From the records, report how many lines hold the word "Basic", with the number as the sole reply.

((

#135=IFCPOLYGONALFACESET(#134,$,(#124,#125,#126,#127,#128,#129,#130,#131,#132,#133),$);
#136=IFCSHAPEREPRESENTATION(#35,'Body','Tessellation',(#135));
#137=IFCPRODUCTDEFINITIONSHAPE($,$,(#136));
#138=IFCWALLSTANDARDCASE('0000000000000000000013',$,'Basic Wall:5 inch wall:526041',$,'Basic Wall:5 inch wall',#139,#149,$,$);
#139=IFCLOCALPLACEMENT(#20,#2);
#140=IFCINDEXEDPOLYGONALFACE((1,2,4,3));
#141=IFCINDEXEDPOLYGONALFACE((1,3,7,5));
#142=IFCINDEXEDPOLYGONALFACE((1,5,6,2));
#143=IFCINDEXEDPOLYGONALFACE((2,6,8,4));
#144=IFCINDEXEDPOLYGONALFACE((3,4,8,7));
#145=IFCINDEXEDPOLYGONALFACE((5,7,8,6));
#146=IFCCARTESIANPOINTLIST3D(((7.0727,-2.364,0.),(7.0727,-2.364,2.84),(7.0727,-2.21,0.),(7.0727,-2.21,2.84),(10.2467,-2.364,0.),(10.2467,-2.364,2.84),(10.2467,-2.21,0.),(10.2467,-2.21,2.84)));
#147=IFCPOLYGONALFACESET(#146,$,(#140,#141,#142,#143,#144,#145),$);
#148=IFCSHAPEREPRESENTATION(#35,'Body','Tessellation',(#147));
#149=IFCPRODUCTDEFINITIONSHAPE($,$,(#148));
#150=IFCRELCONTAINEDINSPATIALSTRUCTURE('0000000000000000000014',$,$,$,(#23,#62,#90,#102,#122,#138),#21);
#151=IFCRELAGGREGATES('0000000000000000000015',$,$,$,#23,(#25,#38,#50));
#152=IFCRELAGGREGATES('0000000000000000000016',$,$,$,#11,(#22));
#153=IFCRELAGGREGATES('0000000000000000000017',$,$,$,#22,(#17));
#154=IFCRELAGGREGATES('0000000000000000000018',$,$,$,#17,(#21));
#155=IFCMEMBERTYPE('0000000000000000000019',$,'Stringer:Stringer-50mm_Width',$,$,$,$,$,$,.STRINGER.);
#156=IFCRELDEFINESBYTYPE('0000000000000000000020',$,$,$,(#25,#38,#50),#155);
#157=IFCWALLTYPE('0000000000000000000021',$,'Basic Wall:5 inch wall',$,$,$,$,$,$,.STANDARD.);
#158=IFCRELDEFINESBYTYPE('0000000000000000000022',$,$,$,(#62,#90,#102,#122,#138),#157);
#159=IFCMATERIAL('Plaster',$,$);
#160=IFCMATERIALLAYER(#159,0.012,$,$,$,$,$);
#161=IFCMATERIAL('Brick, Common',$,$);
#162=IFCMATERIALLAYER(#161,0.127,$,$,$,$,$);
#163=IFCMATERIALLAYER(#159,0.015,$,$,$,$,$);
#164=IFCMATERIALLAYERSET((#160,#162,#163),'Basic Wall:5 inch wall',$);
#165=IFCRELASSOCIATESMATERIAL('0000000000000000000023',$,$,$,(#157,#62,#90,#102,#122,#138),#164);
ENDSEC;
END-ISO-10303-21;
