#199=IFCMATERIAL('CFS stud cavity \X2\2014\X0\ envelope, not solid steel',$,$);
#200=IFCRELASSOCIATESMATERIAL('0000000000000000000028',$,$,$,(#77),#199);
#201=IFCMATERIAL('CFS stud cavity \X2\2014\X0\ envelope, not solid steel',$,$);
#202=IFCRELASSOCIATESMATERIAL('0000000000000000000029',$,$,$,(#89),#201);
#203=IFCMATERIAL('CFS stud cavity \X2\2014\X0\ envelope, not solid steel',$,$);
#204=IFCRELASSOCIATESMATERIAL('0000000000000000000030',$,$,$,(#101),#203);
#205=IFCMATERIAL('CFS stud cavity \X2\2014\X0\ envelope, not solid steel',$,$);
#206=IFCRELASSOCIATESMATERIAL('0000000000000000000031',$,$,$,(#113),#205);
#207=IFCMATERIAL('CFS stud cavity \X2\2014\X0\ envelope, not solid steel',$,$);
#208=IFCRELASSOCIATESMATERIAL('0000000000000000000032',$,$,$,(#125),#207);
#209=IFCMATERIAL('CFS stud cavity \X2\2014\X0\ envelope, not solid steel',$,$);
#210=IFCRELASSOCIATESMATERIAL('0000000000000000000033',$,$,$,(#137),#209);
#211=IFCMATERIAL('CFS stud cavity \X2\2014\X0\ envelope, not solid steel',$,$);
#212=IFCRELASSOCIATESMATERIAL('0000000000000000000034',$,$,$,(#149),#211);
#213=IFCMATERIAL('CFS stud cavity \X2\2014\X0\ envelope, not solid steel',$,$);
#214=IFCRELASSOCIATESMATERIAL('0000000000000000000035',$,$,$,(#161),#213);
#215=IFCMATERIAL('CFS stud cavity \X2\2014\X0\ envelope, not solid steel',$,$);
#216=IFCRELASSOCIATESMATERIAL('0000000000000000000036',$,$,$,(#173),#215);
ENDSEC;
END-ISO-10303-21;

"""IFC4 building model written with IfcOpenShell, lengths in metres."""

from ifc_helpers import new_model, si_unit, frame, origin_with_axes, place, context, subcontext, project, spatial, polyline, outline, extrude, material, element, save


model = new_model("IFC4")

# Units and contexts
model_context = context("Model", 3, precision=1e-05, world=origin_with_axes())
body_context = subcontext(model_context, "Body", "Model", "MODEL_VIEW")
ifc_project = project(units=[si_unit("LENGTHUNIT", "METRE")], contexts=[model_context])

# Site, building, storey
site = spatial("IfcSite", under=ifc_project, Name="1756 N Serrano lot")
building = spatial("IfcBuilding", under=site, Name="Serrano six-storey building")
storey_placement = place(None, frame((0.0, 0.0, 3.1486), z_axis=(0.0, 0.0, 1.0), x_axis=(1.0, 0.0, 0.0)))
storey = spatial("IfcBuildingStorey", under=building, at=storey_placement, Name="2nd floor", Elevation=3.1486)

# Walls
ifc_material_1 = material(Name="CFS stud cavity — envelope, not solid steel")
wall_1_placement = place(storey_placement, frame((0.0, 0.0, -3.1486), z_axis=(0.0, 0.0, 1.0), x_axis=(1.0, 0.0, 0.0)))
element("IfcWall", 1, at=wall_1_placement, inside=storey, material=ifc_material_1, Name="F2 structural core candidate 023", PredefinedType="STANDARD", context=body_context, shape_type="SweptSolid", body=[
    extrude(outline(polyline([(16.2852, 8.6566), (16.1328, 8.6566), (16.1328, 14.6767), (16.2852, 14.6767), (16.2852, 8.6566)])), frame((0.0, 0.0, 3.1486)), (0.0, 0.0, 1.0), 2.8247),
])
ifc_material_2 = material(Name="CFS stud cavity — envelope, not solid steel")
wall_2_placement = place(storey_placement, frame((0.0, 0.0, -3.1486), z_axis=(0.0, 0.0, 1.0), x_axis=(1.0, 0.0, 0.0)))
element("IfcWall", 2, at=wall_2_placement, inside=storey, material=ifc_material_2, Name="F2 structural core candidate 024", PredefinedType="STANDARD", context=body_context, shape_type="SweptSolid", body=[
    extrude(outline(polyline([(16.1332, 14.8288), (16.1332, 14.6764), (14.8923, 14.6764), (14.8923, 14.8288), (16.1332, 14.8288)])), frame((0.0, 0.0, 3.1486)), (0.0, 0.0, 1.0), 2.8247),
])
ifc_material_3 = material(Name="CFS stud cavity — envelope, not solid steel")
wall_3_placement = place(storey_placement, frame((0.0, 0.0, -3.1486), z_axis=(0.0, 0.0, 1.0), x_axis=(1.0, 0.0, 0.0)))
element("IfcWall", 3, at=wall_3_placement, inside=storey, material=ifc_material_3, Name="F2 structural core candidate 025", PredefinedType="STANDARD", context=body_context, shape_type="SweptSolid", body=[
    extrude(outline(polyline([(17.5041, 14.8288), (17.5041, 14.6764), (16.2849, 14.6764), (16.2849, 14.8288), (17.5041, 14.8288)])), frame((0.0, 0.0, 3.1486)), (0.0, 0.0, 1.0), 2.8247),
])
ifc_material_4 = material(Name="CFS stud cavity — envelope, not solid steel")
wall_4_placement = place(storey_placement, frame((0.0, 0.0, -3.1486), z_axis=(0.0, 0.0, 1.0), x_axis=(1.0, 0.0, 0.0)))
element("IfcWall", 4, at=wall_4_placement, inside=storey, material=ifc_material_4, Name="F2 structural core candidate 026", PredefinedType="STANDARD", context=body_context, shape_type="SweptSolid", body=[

))

WRITTEN RESPONSE | 3